__PROBLEM DETAILS__.
Should the word "contexts" occur in a line of the records, copy that line.

__RECORDS SHOWN__.
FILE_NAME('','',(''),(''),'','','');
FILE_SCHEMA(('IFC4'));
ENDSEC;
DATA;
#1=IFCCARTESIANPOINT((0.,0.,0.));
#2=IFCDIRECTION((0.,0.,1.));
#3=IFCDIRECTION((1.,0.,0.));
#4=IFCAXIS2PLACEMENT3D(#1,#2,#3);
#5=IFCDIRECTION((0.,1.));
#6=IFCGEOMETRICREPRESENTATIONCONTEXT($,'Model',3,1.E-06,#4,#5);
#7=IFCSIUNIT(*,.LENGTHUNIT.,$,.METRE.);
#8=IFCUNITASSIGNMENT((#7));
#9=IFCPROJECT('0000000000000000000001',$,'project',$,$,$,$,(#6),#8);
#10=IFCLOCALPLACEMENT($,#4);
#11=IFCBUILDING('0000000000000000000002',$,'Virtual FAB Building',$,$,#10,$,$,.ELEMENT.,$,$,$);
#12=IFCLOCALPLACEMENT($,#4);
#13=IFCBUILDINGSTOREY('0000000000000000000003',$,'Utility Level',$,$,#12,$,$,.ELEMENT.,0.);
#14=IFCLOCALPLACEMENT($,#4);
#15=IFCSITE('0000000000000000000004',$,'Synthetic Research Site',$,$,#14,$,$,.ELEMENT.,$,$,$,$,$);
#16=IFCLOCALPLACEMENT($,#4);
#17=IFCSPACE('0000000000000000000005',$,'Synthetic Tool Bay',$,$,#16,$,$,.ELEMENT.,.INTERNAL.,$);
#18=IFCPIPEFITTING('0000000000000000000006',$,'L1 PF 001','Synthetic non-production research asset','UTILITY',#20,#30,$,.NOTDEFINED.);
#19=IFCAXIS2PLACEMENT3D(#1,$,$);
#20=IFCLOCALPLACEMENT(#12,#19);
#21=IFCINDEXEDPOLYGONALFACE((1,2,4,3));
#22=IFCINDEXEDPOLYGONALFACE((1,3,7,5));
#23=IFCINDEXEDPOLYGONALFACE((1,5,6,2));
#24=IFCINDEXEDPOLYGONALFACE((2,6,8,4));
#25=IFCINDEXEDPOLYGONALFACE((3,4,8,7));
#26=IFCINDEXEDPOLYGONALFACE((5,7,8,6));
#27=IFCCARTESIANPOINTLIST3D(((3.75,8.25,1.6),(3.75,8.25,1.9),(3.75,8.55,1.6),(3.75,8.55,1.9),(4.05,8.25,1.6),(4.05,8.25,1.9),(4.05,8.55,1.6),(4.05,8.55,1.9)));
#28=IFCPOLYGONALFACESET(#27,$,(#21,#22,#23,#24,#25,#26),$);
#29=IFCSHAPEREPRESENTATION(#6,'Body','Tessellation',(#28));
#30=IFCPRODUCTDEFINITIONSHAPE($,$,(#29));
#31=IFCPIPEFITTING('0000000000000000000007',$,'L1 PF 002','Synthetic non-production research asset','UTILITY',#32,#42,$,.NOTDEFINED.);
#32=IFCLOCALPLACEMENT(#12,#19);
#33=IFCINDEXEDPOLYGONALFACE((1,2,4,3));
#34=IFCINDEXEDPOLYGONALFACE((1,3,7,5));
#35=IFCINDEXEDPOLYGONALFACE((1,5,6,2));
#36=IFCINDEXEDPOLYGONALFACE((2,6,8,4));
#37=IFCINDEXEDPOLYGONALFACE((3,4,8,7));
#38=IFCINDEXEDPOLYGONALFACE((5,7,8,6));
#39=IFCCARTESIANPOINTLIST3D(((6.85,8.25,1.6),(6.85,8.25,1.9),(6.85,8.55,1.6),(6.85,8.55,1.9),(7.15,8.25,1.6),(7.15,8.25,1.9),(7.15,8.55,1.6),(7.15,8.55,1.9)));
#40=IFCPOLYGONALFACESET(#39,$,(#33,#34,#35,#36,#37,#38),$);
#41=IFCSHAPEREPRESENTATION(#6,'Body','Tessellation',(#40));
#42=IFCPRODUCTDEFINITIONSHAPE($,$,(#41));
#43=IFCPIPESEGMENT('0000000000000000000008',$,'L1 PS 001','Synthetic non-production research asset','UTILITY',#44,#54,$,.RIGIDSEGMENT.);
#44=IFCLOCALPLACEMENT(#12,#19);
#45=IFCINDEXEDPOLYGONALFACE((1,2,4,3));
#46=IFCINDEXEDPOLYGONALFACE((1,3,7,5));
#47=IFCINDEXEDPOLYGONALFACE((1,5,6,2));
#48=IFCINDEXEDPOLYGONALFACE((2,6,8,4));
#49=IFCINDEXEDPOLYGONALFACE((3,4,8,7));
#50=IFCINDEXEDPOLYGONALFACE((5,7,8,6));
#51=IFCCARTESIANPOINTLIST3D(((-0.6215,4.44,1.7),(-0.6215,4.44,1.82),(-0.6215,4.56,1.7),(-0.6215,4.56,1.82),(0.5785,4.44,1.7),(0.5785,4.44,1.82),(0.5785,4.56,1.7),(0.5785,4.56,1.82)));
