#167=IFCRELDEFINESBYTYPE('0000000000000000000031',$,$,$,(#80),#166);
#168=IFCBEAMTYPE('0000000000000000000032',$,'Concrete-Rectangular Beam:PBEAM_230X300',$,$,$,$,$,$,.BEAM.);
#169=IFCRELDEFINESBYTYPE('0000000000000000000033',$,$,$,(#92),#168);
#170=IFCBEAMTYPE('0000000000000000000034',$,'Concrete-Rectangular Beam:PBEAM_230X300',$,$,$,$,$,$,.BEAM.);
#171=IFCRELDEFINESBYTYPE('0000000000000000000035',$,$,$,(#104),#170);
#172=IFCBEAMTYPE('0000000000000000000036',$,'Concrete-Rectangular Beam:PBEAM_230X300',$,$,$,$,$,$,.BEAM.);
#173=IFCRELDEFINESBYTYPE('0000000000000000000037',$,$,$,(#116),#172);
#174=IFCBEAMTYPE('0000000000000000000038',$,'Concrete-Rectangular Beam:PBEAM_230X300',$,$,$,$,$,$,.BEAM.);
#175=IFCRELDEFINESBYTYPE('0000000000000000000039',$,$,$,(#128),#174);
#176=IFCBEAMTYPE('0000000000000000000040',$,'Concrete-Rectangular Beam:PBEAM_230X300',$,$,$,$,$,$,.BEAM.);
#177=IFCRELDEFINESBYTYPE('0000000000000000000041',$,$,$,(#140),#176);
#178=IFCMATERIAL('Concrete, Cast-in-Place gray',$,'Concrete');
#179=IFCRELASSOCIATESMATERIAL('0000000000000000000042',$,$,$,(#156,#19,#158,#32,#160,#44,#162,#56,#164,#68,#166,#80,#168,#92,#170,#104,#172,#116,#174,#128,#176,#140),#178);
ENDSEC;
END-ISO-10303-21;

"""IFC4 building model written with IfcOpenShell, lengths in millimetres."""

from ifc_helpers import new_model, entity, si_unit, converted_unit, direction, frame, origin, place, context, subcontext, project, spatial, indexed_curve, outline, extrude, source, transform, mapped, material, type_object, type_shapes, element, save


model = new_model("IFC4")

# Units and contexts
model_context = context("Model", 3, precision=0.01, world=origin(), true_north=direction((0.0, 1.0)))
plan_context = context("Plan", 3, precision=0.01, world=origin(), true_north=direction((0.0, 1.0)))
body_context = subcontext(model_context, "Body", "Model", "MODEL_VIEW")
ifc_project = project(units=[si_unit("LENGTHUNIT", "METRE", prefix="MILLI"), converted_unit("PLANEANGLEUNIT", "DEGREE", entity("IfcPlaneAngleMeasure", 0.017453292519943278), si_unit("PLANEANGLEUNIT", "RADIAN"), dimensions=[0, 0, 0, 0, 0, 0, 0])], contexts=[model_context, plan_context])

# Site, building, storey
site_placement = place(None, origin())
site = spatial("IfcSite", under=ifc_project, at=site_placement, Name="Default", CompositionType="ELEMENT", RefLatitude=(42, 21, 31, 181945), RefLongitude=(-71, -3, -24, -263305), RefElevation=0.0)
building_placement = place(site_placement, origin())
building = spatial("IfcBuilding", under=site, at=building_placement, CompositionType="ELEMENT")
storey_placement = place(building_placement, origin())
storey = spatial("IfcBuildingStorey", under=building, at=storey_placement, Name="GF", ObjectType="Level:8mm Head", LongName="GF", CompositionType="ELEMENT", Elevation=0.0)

__SOLVED EXERCISE__.
# Units and contexts
ifc_project = project(units=[si_unit("LENGTHUNIT", "METRE", prefix="MILLI"), converted_unit("PLANEANGLEUNIT", "DEGREE", entity("IfcPlaneAngleMeasure", 0.017453292519943278), si_unit("PLANEANGLEUNIT", "RADIAN"), dimensions=[0, 0, 0, 0, 0, 0, 0])], contexts=[model_context, plan_context])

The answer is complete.